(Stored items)
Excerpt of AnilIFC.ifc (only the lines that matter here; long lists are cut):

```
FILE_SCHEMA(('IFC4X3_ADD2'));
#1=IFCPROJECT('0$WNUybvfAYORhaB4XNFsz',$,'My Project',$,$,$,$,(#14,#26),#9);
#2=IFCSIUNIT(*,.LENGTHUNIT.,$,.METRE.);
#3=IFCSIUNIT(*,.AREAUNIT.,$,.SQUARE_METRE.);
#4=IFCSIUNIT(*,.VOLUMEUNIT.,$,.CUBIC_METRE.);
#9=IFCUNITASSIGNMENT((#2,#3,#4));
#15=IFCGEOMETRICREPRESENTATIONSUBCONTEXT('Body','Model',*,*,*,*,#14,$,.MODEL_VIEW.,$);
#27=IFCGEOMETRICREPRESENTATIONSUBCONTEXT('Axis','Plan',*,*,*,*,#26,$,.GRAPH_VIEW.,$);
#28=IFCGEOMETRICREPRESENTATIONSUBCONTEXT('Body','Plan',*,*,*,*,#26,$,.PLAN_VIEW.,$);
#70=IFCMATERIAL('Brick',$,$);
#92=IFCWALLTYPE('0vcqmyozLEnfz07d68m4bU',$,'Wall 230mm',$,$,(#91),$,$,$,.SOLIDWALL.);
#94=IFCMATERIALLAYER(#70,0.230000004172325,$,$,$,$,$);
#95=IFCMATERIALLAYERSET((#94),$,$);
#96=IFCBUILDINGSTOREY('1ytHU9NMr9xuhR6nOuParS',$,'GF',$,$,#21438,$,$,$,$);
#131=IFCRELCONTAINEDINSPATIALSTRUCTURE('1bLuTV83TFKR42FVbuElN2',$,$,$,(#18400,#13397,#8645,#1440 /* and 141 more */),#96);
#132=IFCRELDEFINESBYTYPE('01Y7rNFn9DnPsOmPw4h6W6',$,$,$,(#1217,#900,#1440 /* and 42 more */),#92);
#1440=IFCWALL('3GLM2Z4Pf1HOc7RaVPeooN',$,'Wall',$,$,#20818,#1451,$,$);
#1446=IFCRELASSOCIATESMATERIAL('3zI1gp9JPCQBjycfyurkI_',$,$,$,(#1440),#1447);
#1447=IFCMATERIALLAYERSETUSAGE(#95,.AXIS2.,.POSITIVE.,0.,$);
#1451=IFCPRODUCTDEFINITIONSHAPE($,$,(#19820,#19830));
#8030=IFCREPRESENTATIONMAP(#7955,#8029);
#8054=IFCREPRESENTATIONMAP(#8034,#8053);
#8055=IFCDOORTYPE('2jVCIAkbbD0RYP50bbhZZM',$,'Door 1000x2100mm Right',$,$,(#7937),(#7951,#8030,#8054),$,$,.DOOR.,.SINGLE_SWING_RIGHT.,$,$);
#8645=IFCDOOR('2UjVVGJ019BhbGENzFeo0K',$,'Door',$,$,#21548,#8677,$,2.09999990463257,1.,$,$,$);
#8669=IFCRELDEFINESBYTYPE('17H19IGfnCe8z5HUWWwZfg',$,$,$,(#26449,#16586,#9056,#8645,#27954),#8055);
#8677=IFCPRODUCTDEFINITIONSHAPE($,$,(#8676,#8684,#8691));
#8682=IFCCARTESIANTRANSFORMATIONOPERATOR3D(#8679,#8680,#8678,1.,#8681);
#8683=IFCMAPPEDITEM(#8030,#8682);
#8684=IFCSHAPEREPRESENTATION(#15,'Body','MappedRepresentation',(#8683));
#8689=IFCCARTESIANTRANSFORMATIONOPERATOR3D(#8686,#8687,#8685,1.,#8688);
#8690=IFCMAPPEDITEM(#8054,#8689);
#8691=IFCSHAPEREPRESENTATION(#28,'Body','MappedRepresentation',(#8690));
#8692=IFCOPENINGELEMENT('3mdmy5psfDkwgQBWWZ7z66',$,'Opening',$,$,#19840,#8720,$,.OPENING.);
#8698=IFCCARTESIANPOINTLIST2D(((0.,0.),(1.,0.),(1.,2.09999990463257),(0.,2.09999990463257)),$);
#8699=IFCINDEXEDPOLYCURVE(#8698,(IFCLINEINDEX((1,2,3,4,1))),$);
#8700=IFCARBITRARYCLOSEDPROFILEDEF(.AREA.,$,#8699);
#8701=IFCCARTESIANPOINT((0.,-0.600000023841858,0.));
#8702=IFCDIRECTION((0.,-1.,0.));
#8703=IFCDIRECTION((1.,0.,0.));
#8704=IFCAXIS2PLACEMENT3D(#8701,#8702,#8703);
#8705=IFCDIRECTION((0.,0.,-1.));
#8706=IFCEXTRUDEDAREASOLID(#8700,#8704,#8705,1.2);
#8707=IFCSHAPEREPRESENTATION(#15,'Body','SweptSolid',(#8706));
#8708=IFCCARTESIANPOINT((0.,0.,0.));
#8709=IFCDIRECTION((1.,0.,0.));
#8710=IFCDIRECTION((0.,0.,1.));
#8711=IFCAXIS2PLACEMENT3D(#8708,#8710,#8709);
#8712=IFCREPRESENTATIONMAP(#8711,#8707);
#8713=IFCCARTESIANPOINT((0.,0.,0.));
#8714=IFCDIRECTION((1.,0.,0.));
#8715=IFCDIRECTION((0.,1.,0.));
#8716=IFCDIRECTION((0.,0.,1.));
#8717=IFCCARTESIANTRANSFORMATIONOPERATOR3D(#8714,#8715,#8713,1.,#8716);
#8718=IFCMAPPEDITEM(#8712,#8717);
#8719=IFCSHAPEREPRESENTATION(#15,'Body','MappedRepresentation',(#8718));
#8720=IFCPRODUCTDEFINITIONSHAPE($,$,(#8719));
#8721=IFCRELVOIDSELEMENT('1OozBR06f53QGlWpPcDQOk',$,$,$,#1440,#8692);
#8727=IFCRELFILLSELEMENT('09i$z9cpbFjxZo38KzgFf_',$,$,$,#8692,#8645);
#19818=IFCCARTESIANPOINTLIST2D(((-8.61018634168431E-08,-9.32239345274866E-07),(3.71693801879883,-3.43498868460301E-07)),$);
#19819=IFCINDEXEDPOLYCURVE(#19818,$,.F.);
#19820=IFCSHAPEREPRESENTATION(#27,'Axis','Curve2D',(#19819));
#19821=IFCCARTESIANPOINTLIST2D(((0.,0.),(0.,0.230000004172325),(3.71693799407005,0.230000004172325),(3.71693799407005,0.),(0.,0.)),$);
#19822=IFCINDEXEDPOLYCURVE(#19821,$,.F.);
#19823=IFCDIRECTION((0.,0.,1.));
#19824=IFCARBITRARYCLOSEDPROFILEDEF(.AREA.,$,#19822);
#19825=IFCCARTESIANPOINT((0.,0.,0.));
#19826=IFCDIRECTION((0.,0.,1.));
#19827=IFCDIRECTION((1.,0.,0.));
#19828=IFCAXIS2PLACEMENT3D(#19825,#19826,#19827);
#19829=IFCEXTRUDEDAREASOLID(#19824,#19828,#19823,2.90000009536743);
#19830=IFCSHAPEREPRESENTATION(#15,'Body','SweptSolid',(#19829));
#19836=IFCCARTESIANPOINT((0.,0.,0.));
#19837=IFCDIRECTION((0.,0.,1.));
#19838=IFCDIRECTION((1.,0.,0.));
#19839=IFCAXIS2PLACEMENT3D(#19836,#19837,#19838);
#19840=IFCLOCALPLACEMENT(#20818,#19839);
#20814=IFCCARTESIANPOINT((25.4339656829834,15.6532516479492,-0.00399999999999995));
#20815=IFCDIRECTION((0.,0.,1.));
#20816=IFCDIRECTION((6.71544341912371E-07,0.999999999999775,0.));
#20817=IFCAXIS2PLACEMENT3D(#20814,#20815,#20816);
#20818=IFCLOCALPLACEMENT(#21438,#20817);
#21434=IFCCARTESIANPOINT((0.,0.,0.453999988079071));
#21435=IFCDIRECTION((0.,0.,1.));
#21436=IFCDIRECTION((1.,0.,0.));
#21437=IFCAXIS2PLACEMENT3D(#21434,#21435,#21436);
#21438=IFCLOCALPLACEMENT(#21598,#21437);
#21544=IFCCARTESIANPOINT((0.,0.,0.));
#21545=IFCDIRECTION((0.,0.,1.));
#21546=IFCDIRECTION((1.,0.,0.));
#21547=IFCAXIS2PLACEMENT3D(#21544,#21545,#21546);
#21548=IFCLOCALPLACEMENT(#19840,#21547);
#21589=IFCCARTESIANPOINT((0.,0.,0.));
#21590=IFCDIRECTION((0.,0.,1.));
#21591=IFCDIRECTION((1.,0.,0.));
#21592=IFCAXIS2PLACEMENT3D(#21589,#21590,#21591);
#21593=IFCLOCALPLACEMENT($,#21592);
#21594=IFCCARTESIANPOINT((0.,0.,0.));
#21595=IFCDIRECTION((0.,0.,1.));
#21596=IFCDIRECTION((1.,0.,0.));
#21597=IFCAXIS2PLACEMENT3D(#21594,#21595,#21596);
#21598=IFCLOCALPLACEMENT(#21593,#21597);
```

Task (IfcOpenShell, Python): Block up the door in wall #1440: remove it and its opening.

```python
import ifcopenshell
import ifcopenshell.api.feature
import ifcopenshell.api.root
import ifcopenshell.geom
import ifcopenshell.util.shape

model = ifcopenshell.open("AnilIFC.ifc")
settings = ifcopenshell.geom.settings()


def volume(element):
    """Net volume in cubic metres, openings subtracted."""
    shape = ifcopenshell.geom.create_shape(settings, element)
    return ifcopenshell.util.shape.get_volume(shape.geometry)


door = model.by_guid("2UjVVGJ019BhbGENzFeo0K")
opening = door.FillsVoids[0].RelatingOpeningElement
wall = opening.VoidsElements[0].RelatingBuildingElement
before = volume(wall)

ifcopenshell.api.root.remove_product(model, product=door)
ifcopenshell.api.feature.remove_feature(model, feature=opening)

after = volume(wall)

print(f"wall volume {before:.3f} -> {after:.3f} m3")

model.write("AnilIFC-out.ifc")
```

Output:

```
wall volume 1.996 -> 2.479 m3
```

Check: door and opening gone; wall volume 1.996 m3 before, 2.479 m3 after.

Assignment:
All lines of the entries containing the string "IFCSHAPEREPRESENTATION" must be shown in full.

Task response:
#8684=IFCSHAPEREPRESENTATION(#15,'Body','MappedRepresentation',(#8683));
#8691=IFCSHAPEREPRESENTATION(#28,'Body','MappedRepresentation',(#8690));
#8707=IFCSHAPEREPRESENTATION(#15,'Body','SweptSolid',(#8706));
#8719=IFCSHAPEREPRESENTATION(#15,'Body','MappedRepresentation',(#8718));
#19820=IFCSHAPEREPRESENTATION(#27,'Axis','Curve2D',(#19819));
#19830=IFCSHAPEREPRESENTATION(#15,'Body','SweptSolid',(#19829));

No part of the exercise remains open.